Other issues identified include:
- the future role of cash
- the future of the cheques system
- the future of the direct entry system
- arrangements for the management of direct debits
- possible issuance of an electronic form of banknotes.
Stakeholders were invited to provide written submissions in response to these issues, as well as to raise any other retail payments matters that they thought the RBA should consider as part of the Review. The Review has so far received over 50 submissions.
Further information regarding the Review is available on the RBA’s website.
6. New Payments Platform’s largest payment and 2022 roadmap
The New Payments Platform (NPP) recently experienced its largest payment to date of A$920m (a government-related transaction), which was settled in the Fast Settlement Service (FSS) on March 10, 2020, accounting for nearly half of total FSS payment value settled on that day.9
NPP is a new payment system infrastructure designed primarily to enable consumers, businesses and government agencies to make fast, data-rich payments 24/7. NPP payments made between customers of different financial institutions are settled in real time in central bank funds through the FSS, a settlement system built by the RBA. The operator of the infrastructure, the NPPA, has recently released a roadmap which outlines its plans for future capability development on the platform up to 2022.10
7. Open banking and the commencement of the CDR
Australian authorities have been working towards the commencement of the Consumer Data Right (CDR) in banking (i.e. open banking) for a couple of years now. The CDR is intended to give consumers greater access to, and control over, their banking data, and improve their ability to compare and switch between products and services.
The start of the CDR in banking has been delayed and is now scheduled to commence for major banks as follows:
- from July 2020 for consumer data about credit and debit cards, deposit accounts and transactions accounts
- from November 2020 for mortgage and personal loan data.

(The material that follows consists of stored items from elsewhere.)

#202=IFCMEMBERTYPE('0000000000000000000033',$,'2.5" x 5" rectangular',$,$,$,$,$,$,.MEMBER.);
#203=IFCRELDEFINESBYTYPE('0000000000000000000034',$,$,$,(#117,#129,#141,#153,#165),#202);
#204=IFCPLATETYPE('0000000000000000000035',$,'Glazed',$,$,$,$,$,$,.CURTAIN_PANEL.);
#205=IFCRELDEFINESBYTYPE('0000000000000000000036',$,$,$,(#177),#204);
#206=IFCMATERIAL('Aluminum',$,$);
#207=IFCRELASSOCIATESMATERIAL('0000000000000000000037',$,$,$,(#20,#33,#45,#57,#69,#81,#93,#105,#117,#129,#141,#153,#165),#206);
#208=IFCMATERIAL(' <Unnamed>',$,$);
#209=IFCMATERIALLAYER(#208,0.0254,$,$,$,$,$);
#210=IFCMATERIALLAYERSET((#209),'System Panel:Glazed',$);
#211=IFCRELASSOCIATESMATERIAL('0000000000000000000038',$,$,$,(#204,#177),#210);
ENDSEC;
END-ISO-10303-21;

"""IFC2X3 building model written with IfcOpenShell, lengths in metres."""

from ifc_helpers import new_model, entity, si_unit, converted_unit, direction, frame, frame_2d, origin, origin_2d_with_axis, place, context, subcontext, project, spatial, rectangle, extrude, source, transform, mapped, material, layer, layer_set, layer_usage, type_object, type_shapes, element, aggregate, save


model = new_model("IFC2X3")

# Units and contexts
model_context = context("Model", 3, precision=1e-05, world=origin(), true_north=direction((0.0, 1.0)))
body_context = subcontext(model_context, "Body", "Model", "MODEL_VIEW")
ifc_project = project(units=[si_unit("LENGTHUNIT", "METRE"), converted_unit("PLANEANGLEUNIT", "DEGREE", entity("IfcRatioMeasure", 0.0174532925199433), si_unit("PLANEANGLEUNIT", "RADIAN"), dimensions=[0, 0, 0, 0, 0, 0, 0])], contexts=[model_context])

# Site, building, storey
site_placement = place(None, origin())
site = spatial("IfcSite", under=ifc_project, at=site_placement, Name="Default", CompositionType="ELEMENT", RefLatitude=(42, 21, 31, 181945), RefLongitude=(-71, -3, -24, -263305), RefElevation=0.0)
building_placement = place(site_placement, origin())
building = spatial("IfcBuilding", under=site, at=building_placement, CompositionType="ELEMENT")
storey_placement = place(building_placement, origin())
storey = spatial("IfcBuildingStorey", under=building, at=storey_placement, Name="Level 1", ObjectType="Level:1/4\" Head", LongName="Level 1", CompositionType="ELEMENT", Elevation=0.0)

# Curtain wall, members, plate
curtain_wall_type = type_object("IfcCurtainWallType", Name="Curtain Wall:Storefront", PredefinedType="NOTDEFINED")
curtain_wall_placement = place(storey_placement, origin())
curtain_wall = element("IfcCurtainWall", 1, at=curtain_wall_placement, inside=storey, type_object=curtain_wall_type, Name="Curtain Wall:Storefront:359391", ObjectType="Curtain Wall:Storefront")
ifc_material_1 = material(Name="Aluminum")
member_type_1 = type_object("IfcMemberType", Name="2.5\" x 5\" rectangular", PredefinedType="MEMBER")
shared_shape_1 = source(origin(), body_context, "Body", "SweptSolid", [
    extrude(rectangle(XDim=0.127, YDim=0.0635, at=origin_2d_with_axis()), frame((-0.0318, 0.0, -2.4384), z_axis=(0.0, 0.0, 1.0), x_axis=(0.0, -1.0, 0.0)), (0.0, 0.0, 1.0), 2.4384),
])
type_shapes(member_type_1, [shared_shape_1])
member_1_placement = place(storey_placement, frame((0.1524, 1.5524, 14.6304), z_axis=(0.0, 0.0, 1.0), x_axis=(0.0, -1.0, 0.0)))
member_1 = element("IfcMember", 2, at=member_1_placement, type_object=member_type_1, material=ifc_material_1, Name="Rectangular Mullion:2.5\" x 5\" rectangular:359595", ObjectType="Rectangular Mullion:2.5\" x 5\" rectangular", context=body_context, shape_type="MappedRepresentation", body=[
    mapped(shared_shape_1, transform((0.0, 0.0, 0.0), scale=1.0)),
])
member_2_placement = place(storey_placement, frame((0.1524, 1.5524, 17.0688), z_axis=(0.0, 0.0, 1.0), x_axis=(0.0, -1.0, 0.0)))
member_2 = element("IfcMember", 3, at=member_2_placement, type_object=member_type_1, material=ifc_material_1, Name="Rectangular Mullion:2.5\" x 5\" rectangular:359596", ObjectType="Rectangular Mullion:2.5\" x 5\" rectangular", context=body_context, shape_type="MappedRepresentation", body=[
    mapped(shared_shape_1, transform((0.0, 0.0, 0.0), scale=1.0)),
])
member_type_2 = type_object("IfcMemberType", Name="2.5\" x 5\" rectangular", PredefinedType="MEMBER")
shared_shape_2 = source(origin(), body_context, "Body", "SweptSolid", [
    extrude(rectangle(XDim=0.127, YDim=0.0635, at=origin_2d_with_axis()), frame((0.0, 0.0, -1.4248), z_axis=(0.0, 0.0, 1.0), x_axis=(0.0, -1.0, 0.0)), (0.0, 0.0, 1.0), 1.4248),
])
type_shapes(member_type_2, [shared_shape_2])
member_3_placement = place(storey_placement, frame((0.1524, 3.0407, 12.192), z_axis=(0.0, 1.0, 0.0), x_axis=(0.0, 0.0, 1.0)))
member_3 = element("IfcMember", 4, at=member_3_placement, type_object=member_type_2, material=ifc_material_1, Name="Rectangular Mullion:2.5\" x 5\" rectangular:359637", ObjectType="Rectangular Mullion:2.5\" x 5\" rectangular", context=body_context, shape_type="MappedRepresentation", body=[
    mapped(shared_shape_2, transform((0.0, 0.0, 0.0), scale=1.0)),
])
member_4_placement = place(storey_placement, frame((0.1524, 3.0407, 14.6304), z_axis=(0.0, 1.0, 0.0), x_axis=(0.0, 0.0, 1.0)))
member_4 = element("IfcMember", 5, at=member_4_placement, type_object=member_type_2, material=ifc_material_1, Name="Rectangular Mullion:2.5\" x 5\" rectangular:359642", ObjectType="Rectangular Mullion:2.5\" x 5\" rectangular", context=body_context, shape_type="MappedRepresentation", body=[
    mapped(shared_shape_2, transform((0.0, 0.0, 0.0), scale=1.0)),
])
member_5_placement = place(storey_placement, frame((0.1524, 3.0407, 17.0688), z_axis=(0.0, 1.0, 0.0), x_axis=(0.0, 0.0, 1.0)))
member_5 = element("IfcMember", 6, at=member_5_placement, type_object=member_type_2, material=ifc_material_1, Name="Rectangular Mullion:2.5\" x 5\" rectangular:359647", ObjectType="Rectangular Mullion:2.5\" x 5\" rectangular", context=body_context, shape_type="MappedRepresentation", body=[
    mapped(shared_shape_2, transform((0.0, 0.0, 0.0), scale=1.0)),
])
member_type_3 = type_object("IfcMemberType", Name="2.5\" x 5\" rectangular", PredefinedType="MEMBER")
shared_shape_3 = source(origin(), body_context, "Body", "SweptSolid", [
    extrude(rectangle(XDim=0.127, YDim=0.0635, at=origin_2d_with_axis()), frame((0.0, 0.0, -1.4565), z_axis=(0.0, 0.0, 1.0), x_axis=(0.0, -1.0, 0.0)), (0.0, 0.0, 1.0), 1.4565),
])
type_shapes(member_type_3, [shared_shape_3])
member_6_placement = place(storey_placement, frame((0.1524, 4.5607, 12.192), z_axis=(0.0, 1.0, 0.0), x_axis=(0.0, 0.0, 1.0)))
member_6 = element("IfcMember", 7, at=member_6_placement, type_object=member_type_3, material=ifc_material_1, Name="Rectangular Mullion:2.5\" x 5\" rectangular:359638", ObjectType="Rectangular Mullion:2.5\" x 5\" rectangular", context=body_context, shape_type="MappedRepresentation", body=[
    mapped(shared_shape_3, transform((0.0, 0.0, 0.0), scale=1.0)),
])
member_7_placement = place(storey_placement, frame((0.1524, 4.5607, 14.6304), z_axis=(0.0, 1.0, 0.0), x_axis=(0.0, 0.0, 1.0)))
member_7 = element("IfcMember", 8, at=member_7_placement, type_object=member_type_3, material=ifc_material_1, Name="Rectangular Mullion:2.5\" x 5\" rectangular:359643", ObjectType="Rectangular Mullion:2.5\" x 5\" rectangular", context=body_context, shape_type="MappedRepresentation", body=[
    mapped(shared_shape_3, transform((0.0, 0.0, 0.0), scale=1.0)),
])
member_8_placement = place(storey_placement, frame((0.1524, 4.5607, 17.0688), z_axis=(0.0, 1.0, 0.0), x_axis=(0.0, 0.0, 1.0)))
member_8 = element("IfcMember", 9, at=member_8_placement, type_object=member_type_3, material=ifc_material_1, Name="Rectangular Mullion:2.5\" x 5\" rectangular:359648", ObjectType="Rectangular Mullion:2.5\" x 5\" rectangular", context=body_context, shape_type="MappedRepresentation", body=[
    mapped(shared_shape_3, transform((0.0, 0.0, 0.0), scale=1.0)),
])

The Australian Competition and Consumer Commission is working with the Office of the Australian Information Commissioner and the Data Standards Body in the development and implementation of the CDR.
8. Cryptocurrency, digital currency and the possibility of an eAUD?
While the phenomenon of cryptocurrencies has passed, regulators are still grappling with the task of how to treat different types of cryptocurrency, differentiating between a store of value, medium of exchange or unit of account. The RBA, collectively, views cryptocurrency, security tokens and utility tokens as ‘crypto-assets’ rather than money. However this can be misleading.11 The term ‘crypto-asset’ implies that the digital token is an asset, which the Australian Securities and Investments Commission has determined will be deemed to be a financial product should it have characteristics of a security, debenture or managed investment scheme.12
The Governor of the RBA, Philip Lowe, addressed the 2017 Australian Payment Summit indicating that the RBA had no immediate plans to issue an electronic form of Australian dollar banknotes, or ‘eAUD’, on the basis that it was unlikely to pass the public interest test.13 However, more recently, the RBA has been considering whether there is a role for the possible issuance of electronic forms of banknotes, or a central bank digital currency.
At this stage, the RBA is currently of the view that there is not a strong case for this. However, it will continue to monitor and review developments.14
2020 is set to be an exciting and interesting time in Australian payments. Given the unprecedented changes that we are currently experiencing, it is hard to predict what exactly will happen. However the developments we have outlined above are some of the important areas to watch over the coming year.